[Dataset entries]
......

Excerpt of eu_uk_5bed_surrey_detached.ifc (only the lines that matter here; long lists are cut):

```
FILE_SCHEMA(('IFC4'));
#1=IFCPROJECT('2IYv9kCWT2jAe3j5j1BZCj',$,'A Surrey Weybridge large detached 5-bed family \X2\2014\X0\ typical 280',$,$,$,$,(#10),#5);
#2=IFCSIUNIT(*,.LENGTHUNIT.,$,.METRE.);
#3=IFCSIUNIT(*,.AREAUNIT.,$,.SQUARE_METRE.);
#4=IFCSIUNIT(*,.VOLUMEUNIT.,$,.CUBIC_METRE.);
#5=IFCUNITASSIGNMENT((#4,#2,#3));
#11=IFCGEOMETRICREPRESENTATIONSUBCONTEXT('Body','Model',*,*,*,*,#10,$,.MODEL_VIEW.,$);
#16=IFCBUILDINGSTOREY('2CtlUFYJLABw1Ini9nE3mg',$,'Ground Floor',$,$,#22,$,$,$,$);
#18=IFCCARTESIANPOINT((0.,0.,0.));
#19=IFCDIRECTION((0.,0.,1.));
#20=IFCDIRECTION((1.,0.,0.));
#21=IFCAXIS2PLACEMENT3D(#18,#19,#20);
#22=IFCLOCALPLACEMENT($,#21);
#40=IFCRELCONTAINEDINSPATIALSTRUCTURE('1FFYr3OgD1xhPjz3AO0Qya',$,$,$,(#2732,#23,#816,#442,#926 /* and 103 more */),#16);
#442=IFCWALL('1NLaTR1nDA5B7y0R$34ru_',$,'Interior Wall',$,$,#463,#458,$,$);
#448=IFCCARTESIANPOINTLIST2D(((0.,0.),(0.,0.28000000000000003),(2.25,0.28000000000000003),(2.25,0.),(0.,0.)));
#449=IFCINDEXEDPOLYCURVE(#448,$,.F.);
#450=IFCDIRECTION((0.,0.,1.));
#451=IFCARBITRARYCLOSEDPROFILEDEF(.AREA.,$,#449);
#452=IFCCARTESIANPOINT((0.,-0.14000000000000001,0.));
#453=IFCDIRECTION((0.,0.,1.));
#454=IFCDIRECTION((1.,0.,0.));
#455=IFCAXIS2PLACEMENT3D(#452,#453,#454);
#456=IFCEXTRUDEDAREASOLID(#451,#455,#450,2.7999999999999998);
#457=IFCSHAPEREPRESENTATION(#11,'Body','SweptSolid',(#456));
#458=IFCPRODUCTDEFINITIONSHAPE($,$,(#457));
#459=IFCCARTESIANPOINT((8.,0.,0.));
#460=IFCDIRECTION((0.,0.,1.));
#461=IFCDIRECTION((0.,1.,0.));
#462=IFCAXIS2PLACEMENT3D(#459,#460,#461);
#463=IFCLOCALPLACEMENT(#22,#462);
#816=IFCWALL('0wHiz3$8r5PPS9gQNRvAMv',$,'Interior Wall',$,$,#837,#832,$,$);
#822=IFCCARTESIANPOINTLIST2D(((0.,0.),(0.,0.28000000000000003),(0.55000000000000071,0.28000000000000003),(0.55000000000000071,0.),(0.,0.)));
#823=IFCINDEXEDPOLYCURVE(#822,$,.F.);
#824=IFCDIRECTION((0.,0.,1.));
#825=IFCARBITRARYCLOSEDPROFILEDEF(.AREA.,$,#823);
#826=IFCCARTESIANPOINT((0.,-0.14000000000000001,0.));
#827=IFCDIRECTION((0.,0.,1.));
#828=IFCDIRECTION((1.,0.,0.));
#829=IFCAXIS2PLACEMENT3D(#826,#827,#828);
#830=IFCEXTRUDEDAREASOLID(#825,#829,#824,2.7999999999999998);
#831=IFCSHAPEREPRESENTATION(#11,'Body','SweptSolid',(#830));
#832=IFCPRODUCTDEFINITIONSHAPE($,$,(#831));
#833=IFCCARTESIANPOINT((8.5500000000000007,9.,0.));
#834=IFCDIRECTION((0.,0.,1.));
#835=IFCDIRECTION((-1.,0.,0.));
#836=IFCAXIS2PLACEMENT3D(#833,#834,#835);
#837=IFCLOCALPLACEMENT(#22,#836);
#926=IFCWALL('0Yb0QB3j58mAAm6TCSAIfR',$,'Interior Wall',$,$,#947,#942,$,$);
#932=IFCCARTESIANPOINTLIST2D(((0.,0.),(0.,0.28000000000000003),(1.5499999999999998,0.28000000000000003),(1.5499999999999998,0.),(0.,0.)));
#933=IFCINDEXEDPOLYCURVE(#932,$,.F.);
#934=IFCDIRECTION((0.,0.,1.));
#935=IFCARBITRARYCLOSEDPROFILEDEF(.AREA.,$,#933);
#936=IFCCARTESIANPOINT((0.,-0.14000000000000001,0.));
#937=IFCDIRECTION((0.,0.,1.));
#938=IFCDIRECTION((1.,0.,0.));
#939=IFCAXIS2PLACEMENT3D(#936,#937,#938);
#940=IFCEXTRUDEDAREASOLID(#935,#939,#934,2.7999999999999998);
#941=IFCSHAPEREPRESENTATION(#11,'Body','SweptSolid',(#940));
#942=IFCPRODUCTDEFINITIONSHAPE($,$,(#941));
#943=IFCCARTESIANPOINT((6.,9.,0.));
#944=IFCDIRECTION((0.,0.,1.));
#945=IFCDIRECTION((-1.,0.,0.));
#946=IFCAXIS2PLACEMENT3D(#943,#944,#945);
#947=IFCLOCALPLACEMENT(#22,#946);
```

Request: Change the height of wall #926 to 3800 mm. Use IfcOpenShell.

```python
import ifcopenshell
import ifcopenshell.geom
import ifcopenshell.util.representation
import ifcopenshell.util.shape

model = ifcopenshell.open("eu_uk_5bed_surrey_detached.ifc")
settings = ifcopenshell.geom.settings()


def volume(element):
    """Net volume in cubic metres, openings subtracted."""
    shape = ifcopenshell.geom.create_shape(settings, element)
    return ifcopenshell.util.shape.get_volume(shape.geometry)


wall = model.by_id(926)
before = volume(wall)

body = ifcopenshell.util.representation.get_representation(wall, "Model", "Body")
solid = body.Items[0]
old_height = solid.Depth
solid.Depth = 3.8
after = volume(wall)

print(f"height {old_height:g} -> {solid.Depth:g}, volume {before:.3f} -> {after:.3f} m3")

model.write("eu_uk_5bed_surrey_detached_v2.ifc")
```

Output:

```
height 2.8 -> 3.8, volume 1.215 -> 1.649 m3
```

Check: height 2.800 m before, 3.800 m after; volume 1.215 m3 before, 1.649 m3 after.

......

■ **What to do**:
Each line above must be reproduced exactly.

■ **Reply**:
Excerpt of eu_uk_5bed_surrey_detached.ifc (only the lines that matter here; long lists are cut):

```
FILE_SCHEMA(('IFC4'));
#1=IFCPROJECT('2IYv9kCWT2jAe3j5j1BZCj',$,'A Surrey Weybridge large detached 5-bed family \X2\2014\X0\ typical 280',$,$,$,$,(#10),#5);
#2=IFCSIUNIT(*,.LENGTHUNIT.,$,.METRE.);
#3=IFCSIUNIT(*,.AREAUNIT.,$,.SQUARE_METRE.);
#4=IFCSIUNIT(*,.VOLUMEUNIT.,$,.CUBIC_METRE.);
#5=IFCUNITASSIGNMENT((#4,#2,#3));
#11=IFCGEOMETRICREPRESENTATIONSUBCONTEXT('Body','Model',*,*,*,*,#10,$,.MODEL_VIEW.,$);
#16=IFCBUILDINGSTOREY('2CtlUFYJLABw1Ini9nE3mg',$,'Ground Floor',$,$,#22,$,$,$,$);
#18=IFCCARTESIANPOINT((0.,0.,0.));
#19=IFCDIRECTION((0.,0.,1.));
#20=IFCDIRECTION((1.,0.,0.));
#21=IFCAXIS2PLACEMENT3D(#18,#19,#20);
#22=IFCLOCALPLACEMENT($,#21);
#40=IFCRELCONTAINEDINSPATIALSTRUCTURE('1FFYr3OgD1xhPjz3AO0Qya',$,$,$,(#2732,#23,#816,#442,#926 /* and 103 more */),#16);
#442=IFCWALL('1NLaTR1nDA5B7y0R$34ru_',$,'Interior Wall',$,$,#463,#458,$,$);
#448=IFCCARTESIANPOINTLIST2D(((0.,0.),(0.,0.28000000000000003),(2.25,0.28000000000000003),(2.25,0.),(0.,0.)));
#449=IFCINDEXEDPOLYCURVE(#448,$,.F.);
#450=IFCDIRECTION((0.,0.,1.));
#451=IFCARBITRARYCLOSEDPROFILEDEF(.AREA.,$,#449);
#452=IFCCARTESIANPOINT((0.,-0.14000000000000001,0.));
#453=IFCDIRECTION((0.,0.,1.));
#454=IFCDIRECTION((1.,0.,0.));
#455=IFCAXIS2PLACEMENT3D(#452,#453,#454);
#456=IFCEXTRUDEDAREASOLID(#451,#455,#450,2.7999999999999998);
#457=IFCSHAPEREPRESENTATION(#11,'Body','SweptSolid',(#456));
#458=IFCPRODUCTDEFINITIONSHAPE($,$,(#457));
#459=IFCCARTESIANPOINT((8.,0.,0.));
#460=IFCDIRECTION((0.,0.,1.));
#461=IFCDIRECTION((0.,1.,0.));
#462=IFCAXIS2PLACEMENT3D(#459,#460,#461);
#463=IFCLOCALPLACEMENT(#22,#462);
#816=IFCWALL('0wHiz3$8r5PPS9gQNRvAMv',$,'Interior Wall',$,$,#837,#832,$,$);
#822=IFCCARTESIANPOINTLIST2D(((0.,0.),(0.,0.28000000000000003),(0.55000000000000071,0.28000000000000003),(0.55000000000000071,0.),(0.,0.)));
#823=IFCINDEXEDPOLYCURVE(#822,$,.F.);
#824=IFCDIRECTION((0.,0.,1.));
#825=IFCARBITRARYCLOSEDPROFILEDEF(.AREA.,$,#823);
#826=IFCCARTESIANPOINT((0.,-0.14000000000000001,0.));
#827=IFCDIRECTION((0.,0.,1.));
#828=IFCDIRECTION((1.,0.,0.));
#829=IFCAXIS2PLACEMENT3D(#826,#827,#828);
#830=IFCEXTRUDEDAREASOLID(#825,#829,#824,2.7999999999999998);
#831=IFCSHAPEREPRESENTATION(#11,'Body','SweptSolid',(#830));
#832=IFCPRODUCTDEFINITIONSHAPE($,$,(#831));
#833=IFCCARTESIANPOINT((8.5500000000000007,9.,0.));
#834=IFCDIRECTION((0.,0.,1.));
#835=IFCDIRECTION((-1.,0.,0.));
#836=IFCAXIS2PLACEMENT3D(#833,#834,#835);
#837=IFCLOCALPLACEMENT(#22,#836);
#926=IFCWALL('0Yb0QB3j58mAAm6TCSAIfR',$,'Interior Wall',$,$,#947,#942,$,$);
#932=IFCCARTESIANPOINTLIST2D(((0.,0.),(0.,0.28000000000000003),(1.5499999999999998,0.28000000000000003),(1.5499999999999998,0.),(0.,0.)));
#933=IFCINDEXEDPOLYCURVE(#932,$,.F.);
#934=IFCDIRECTION((0.,0.,1.));
#935=IFCARBITRARYCLOSEDPROFILEDEF(.AREA.,$,#933);
#936=IFCCARTESIANPOINT((0.,-0.14000000000000001,0.));
#937=IFCDIRECTION((0.,0.,1.));
#938=IFCDIRECTION((1.,0.,0.));
#939=IFCAXIS2PLACEMENT3D(#936,#937,#938);
#940=IFCEXTRUDEDAREASOLID(#935,#939,#934,2.7999999999999998);
#941=IFCSHAPEREPRESENTATION(#11,'Body','SweptSolid',(#940));
#942=IFCPRODUCTDEFINITIONSHAPE($,$,(#941));
#943=IFCCARTESIANPOINT((6.,9.,0.));
#944=IFCDIRECTION((0.,0.,1.));
#945=IFCDIRECTION((-1.,0.,0.));
#946=IFCAXIS2PLACEMENT3D(#943,#944,#945);
#947=IFCLOCALPLACEMENT(#22,#946);
```

Request: Change the height of wall #926 to 3800 mm. Use IfcOpenShell.

```python
import ifcopenshell
import ifcopenshell.geom
import ifcopenshell.util.representation
import ifcopenshell.util.shape

model = ifcopenshell.open("eu_uk_5bed_surrey_detached.ifc")
settings = ifcopenshell.geom.settings()


def volume(element):
    """Net volume in cubic metres, openings subtracted."""
    shape = ifcopenshell.geom.create_shape(settings, element)
    return ifcopenshell.util.shape.get_volume(shape.geometry)


wall = model.by_id(926)
before = volume(wall)

body = ifcopenshell.util.representation.get_representation(wall, "Model", "Body")
solid = body.Items[0]
old_height = solid.Depth
solid.Depth = 3.8
after = volume(wall)

print(f"height {old_height:g} -> {solid.Depth:g}, volume {before:.3f} -> {after:.3f} m3")

model.write("eu_uk_5bed_surrey_detached_v2.ifc")
```

Output:

```
height 2.8 -> 3.8, volume 1.215 -> 1.649 m3
```

Check: height 2.800 m before, 3.800 m after; volume 1.215 m3 before, 1.649 m3 after.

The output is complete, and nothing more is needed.